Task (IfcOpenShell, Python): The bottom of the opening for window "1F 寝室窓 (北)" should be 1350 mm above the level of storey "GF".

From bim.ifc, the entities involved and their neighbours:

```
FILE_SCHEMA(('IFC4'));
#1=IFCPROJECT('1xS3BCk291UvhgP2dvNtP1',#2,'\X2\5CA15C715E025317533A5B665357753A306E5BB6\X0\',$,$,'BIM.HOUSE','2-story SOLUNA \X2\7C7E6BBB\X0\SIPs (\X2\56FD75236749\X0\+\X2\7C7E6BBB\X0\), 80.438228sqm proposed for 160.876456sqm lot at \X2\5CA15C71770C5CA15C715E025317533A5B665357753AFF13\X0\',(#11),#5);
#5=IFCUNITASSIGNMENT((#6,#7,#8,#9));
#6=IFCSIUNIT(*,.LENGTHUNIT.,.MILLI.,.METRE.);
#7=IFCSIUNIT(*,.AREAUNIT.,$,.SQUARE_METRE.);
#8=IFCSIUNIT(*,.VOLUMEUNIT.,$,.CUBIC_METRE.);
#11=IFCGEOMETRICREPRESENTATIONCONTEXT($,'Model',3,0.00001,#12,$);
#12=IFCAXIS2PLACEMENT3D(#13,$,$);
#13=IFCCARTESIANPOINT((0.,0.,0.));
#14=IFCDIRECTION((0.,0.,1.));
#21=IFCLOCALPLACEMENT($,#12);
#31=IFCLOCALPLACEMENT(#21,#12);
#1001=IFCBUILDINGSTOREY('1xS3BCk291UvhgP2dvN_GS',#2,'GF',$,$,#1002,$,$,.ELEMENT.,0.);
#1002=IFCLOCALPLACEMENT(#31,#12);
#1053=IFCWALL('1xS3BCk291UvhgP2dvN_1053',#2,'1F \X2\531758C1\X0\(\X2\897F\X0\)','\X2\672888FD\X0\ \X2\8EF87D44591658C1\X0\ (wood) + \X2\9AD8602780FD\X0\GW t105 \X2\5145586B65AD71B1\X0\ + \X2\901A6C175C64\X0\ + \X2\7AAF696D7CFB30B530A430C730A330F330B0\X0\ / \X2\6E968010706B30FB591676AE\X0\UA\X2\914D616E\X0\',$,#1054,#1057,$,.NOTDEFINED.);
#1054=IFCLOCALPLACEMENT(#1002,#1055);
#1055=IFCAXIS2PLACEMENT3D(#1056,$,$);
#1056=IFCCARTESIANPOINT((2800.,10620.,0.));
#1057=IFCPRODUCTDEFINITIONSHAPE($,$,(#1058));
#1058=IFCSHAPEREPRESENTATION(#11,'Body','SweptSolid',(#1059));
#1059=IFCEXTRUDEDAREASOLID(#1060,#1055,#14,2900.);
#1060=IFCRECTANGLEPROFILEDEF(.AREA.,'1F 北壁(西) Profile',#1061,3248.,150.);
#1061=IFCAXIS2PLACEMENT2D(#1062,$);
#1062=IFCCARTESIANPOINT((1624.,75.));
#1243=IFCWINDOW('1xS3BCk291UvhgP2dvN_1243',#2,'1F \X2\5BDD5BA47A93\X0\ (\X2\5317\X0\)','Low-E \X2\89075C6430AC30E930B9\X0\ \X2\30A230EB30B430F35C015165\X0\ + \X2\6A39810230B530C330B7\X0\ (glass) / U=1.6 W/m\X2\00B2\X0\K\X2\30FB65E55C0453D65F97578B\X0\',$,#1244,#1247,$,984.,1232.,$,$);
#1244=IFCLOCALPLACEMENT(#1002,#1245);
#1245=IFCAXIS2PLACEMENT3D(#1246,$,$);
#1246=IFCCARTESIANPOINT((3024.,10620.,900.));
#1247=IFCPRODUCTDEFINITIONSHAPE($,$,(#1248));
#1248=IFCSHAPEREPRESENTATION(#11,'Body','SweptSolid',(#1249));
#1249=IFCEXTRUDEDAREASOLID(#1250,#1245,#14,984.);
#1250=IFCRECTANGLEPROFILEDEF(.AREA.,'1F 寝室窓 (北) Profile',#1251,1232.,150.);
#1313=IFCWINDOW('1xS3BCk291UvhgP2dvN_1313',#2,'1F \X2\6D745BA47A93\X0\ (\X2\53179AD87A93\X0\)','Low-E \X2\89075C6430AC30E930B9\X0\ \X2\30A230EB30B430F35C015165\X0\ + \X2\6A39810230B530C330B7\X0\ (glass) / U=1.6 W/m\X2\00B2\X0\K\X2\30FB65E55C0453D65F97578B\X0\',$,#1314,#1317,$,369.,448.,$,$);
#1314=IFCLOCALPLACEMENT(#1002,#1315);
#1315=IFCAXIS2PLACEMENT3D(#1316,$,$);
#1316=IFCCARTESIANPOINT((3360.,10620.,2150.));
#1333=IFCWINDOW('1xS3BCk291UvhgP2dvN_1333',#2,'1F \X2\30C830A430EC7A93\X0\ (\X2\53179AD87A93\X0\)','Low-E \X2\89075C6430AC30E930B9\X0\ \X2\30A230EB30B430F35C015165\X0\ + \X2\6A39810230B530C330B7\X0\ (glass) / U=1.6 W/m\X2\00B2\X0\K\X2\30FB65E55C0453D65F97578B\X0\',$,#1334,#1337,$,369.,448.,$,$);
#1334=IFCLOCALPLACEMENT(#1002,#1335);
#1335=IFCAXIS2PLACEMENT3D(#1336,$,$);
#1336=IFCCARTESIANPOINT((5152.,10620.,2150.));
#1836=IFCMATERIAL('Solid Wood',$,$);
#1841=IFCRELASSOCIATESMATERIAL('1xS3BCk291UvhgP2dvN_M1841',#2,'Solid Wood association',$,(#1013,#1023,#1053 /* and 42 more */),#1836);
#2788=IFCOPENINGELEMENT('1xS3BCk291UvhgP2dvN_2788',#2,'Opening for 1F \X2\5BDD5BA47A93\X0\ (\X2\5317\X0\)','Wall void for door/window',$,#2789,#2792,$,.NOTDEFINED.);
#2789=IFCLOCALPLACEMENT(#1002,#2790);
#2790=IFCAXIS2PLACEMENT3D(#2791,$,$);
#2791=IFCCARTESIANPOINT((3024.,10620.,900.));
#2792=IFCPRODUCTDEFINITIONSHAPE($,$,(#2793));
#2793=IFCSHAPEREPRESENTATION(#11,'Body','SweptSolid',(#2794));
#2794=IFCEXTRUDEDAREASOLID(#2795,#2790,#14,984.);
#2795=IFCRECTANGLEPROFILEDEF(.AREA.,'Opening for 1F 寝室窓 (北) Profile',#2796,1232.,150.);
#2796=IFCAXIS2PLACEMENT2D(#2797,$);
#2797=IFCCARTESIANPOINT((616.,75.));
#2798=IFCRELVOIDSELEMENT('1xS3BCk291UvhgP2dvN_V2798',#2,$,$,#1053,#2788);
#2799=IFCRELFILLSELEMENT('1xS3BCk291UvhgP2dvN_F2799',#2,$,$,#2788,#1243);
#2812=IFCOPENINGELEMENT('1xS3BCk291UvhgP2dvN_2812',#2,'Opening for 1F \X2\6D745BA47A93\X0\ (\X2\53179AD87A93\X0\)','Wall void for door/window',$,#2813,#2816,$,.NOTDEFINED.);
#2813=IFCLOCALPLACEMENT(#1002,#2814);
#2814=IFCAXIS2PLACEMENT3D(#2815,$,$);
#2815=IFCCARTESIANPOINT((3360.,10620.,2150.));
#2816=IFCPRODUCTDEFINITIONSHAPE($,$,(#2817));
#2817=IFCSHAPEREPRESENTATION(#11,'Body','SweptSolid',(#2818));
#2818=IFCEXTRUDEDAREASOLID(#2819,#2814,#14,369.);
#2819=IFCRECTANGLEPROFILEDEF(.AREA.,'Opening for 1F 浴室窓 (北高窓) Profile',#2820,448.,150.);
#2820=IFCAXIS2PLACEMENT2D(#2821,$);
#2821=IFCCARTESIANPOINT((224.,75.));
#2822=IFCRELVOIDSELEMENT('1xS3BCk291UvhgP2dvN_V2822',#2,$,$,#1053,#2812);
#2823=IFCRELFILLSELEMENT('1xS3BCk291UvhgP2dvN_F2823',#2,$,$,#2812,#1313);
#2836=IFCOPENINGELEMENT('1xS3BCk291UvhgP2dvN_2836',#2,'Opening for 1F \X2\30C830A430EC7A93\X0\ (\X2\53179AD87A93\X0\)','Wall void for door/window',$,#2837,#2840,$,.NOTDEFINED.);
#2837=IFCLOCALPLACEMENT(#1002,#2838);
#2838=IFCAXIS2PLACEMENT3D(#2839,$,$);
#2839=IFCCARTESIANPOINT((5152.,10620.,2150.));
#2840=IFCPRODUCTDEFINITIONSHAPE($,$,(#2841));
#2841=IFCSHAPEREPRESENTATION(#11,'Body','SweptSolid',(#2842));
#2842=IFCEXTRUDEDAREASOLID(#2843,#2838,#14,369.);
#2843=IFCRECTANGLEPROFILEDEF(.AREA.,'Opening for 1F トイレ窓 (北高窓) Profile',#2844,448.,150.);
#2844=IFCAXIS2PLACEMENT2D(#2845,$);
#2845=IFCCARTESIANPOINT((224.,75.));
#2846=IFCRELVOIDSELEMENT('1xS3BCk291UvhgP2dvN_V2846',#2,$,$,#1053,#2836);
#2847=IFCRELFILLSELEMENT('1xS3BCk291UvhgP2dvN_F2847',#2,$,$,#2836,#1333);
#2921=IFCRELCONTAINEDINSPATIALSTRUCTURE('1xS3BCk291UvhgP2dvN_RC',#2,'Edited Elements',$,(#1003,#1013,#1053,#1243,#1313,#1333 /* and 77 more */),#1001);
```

```python
import numpy as np
import ifcopenshell
import ifcopenshell.api.geometry
import ifcopenshell.geom
import ifcopenshell.util.element
import ifcopenshell.util.placement
import ifcopenshell.util.shape
import ifcopenshell.util.unit

model = ifcopenshell.open("bim.ifc")
unit_scale = ifcopenshell.util.unit.calculate_unit_scale(model)

window = model.by_guid("1xS3BCk291UvhgP2dvN_1243")
opening = window.FillsVoids[0].RelatingOpeningElement
storey = ifcopenshell.util.element.get_container(window, ifc_class="IfcBuildingStorey")
level = ifcopenshell.util.placement.get_local_placement(storey.ObjectPlacement)[2, 3]

# The opening's origin need not be at the sill, so measure its lowest point.
shape = ifcopenshell.geom.create_shape(ifcopenshell.geom.settings(), opening)
bottom = ifcopenshell.util.shape.get_shape_bottom_elevation(shape, shape.geometry) / unit_scale
dz = level + 1.35 / unit_scale - bottom

shift = np.array([0.0, 0.0, dz])
# The window is not placed relative to its opening, so move both.
for product in (opening, window):
    matrix = ifcopenshell.util.placement.get_local_placement(product.ObjectPlacement)
    matrix[:3, 3] += shift
    ifcopenshell.api.geometry.edit_object_placement(model, product=product, matrix=matrix, is_si=False)

print(f"moved by {dz * unit_scale:+.3f} m")

model.write("bim_updated.ifc")
```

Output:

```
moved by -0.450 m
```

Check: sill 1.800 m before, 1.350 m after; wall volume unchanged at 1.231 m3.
• • • • •
From the data above, report how many lines include the string "IFCLOCALPLACEMENT". The number alone will do.

10